I think allowing users to set the column width is not a good idea. The whole purpose of gradio is to generate high quality web apps to share and showcase models. This should work across device sizes and screen widths. Tables automatically adapt column widths to accomodate their content, providing an API that will almost definitely break the UI is not 'pit of success' stuff.

I agree 100% 👍

Modifying the input of a cell requires double-clicking on it. I would love to be able to just click and add my input. There were also a couple of dev experience improvements I would love to see

I agree with @osanseviero on this but to be clear a single click will not put your cursor in the cell, it will focus the cell exactly like today then only if there is keyboard interaction while a cell is focused it will edit it. We should just do it like Airtable does it: single click -> cell focus -> keyboard action -> input or double click -> toggle the cursor in the cell. It's a bit hard to explain so I think it's worth trying Airtable if you want to understand this behaviour.

image

But I think we can go further if we expanded the datatype kwarg.

enums/ unions would render a dropdown or autocompleting dropdown thing. we could support prefix + suffixes for currencies + measurements. `datatype=[()] it might be possible to support custom validators in the future as long as they are regex based.
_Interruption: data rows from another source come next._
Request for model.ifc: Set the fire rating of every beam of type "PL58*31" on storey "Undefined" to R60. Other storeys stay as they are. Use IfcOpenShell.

First a look at what the model holds.

```python
import ifcopenshell
import ifcopenshell.util.element

model = ifcopenshell.open("model.ifc")
print(model.schema)
storey = next(s for s in model.by_type("IfcBuildingStorey") if s.Name == "Undefined")
beams = [e for e in ifcopenshell.util.element.get_decomposition(storey) if e.is_a("IfcBeam")]
seen = {}
for e in beams:
    element_type = ifcopenshell.util.element.get_type(e)
    key = (element_type.Name if element_type != e and element_type else None, ifcopenshell.util.element.get_pset(e, "Pset_BeamCommon", "FireRating"))
    seen[key] = seen.get(key, 0) + 1
for (name, value), count in sorted(seen.items(), key=str):
    print(count, "x", name, "|", value)
```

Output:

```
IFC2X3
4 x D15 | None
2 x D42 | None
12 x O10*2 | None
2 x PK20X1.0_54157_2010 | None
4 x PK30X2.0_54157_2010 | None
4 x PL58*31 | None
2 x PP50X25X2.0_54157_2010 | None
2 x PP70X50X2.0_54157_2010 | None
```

```python
import ifcopenshell
import ifcopenshell.api.pset
import ifcopenshell.util.element

model = ifcopenshell.open("model.ifc")

storey = next(s for s in model.by_type("IfcBuildingStorey") if s.Name == "Undefined")
beams = [e for e in ifcopenshell.util.element.get_decomposition(storey) if e.is_a("IfcBeam")]

count = 0
for e in beams:
    element_type = ifcopenshell.util.element.get_type(e)
    if element_type in (None, e) or element_type.Name != "PL58*31":
        continue
    found = ifcopenshell.util.element.get_pset(e, "Pset_BeamCommon", should_inherit=False)
    if found:
        pset = model.by_id(found["id"])
        if len(ifcopenshell.util.element.get_elements_by_pset(pset)) > 1:
            pset = ifcopenshell.api.pset.unshare_pset(model, products=[e], pset=pset)[0]
    else:
        pset = ifcopenshell.api.pset.add_pset(model, product=e, name="Pset_BeamCommon")
    ifcopenshell.api.pset.edit_pset(model, pset=pset, properties={"FireRating": "R60"})
    count += 1

print(count, "beams updated")

model.write("model_v2.ifc")
```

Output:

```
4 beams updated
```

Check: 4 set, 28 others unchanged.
I agree, maybe in could be shipped in a 2nd iteration. Airtable has done a great job with that too, it can be a good inspiration to start with:

image

Would love to get people's thoughs on what good creation and deletion might look like, are there other datatables you have seen in the wild that do this well while remaining very compact?

I think I can figure out something for this.

Last thing to note is that Dataframes are used in AutoTrain, Dataset viewer, and Gradio.